**Your instructions:** Set down again exactly the lines of the listing below that fall between the line holding "#72=IFCINDEXEDPOLYGONALFACE((34,35,42,41));" and the line holding "#74=IFCINDEXEDPOLYGONALFACE((36,37,44,43));", inclusive.

**Provided information:**

┄┄┄┄┄┄┄┄┄┄┄┄┄┄┄┄┄┄┄┄

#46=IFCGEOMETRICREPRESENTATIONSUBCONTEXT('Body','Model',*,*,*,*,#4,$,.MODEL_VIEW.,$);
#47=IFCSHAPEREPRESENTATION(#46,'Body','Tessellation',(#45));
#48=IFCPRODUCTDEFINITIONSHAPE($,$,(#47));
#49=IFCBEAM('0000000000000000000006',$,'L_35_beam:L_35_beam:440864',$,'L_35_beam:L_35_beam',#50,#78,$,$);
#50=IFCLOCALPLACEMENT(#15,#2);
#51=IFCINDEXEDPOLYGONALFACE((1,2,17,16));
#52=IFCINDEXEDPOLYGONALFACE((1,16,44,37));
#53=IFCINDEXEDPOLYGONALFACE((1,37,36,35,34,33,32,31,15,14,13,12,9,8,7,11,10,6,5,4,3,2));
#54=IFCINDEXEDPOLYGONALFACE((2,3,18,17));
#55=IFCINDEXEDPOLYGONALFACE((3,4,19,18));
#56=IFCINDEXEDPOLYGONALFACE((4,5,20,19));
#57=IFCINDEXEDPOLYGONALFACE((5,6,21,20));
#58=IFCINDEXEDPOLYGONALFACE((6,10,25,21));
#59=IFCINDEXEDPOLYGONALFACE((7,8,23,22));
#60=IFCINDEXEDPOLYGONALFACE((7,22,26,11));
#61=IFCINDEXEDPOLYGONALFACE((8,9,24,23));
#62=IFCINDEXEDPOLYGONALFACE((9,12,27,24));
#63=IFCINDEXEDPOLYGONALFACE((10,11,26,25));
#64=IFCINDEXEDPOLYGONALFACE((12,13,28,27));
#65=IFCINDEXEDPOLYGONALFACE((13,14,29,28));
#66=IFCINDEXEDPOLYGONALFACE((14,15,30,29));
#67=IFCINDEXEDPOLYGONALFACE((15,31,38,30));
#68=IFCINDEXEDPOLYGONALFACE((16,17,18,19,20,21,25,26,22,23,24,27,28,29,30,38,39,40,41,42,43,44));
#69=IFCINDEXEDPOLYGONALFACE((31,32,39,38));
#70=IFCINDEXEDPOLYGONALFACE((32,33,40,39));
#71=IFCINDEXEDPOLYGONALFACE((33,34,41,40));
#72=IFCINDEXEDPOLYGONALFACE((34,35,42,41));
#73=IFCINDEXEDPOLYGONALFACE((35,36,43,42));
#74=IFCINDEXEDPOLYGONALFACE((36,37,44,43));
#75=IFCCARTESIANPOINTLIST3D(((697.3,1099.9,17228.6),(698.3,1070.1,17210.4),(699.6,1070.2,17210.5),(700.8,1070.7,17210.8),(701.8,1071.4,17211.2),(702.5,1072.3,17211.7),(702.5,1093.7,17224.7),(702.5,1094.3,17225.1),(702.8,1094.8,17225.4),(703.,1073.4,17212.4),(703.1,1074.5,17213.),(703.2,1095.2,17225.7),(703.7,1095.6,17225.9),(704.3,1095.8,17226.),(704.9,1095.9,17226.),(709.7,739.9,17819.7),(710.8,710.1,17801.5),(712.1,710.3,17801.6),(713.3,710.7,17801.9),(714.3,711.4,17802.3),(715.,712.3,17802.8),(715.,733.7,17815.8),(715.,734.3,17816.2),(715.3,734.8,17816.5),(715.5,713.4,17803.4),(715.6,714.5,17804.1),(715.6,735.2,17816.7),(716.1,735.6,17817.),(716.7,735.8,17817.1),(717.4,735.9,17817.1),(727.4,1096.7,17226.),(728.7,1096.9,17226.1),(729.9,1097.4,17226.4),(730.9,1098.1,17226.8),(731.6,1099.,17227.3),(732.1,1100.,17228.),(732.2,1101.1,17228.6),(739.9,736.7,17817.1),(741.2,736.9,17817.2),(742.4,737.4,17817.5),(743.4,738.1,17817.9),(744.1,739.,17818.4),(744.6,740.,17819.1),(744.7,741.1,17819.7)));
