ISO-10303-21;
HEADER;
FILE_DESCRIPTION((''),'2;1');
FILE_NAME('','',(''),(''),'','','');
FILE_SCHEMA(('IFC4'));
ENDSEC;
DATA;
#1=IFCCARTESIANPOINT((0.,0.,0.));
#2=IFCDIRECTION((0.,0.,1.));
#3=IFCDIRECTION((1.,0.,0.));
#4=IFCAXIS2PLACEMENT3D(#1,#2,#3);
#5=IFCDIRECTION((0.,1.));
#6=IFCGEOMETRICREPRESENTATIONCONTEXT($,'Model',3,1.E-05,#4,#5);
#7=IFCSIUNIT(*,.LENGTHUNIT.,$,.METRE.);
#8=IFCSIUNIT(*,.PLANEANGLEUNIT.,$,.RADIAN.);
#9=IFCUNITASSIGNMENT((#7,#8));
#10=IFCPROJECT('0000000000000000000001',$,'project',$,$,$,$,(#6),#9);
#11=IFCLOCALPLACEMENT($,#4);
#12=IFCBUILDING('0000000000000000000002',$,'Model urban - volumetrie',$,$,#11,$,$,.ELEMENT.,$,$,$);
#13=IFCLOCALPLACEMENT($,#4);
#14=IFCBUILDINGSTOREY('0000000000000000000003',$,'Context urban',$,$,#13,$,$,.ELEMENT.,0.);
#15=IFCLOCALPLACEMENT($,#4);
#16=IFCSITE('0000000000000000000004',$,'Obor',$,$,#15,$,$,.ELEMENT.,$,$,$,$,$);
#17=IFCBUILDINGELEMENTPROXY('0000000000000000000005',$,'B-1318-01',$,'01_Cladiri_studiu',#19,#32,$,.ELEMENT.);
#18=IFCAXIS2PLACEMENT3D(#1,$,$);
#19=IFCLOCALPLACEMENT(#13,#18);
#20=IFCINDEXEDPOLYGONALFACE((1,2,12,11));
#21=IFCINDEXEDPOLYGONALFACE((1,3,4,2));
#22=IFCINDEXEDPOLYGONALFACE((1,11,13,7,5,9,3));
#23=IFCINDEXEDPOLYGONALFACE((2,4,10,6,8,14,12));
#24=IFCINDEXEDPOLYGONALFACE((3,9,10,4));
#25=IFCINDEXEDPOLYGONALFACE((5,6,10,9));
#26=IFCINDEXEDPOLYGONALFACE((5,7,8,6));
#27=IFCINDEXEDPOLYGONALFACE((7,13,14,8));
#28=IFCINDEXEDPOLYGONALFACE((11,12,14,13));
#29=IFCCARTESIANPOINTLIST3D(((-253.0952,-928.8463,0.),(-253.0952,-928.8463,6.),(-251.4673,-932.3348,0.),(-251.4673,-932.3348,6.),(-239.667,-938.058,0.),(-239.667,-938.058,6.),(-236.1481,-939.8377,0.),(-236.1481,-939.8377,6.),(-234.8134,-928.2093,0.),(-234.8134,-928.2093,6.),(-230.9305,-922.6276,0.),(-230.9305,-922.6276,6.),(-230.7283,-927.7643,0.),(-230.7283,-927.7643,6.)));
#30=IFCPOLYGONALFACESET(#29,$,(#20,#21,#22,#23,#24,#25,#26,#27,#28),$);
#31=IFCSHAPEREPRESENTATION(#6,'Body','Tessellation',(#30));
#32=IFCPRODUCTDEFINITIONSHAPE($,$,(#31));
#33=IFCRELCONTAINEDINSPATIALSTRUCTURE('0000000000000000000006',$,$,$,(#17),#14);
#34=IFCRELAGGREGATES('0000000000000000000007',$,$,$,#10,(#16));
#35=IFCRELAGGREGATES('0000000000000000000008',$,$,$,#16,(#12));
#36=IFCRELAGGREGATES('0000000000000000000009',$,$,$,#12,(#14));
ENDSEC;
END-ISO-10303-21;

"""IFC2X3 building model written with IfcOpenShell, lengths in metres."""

from ifc_helpers import new_model, si_unit, direction, origin_with_axes, place, context, project, spatial, polyline, outline, extrude, element, save


model = new_model("IFC2X3")

# Units and contexts
model_context = context("Model", 3, precision=1e-05, world=origin_with_axes(), true_north=direction((0.0, 1.0)))
ifc_project = project(units=[si_unit("LENGTHUNIT", "METRE"), si_unit("PLANEANGLEUNIT", "RADIAN")], contexts=[model_context])

# Site, building, storey
site_placement = place(None, origin_with_axes())
site = spatial("IfcSite", under=ifc_project, at=site_placement, Name="Obor", CompositionType="ELEMENT")
building_placement = place(None, origin_with_axes())
building = spatial("IfcBuilding", under=site, at=building_placement, Name="Model urban - volumetrie", CompositionType="ELEMENT")
storey_placement = place(None, origin_with_axes())
storey = spatial("IfcBuildingStorey", under=building, at=storey_placement, Name="Context urban", CompositionType="ELEMENT", Elevation=0.0)

# Building element proxy
proxy_1_placement = place(None, origin_with_axes())
element("IfcBuildingElementProxy", 1, at=proxy_1_placement, inside=storey, Name="B-1318-01", ObjectType="01_Cladiri_studiu", CompositionType="ELEMENT", context=model_context, shape_type="SweptSolid", body=[
    extrude(outline(polyline([(-253.0952, -928.8463), (-251.4673, -932.3348), (-234.8134, -928.2093), (-239.667, -938.058), (-236.1481, -939.8377), (-230.7283, -927.7643), (-230.9305, -922.6276), (-253.0952, -928.8463)])), origin_with_axes(), (0.0, 0.0, 1.0), 6.0),
])

save(model, "model.ifc")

┄┄┄┄┄┄┄┄┄┄┄┄┄┄┄┄┄┄┄┄

**Result of this exercise:**
#72=IFCINDEXEDPOLYGONALFACE((34,35,42,41));
#73=IFCINDEXEDPOLYGONALFACE((35,36,43,42));
#74=IFCINDEXEDPOLYGONALFACE((36,37,44,43));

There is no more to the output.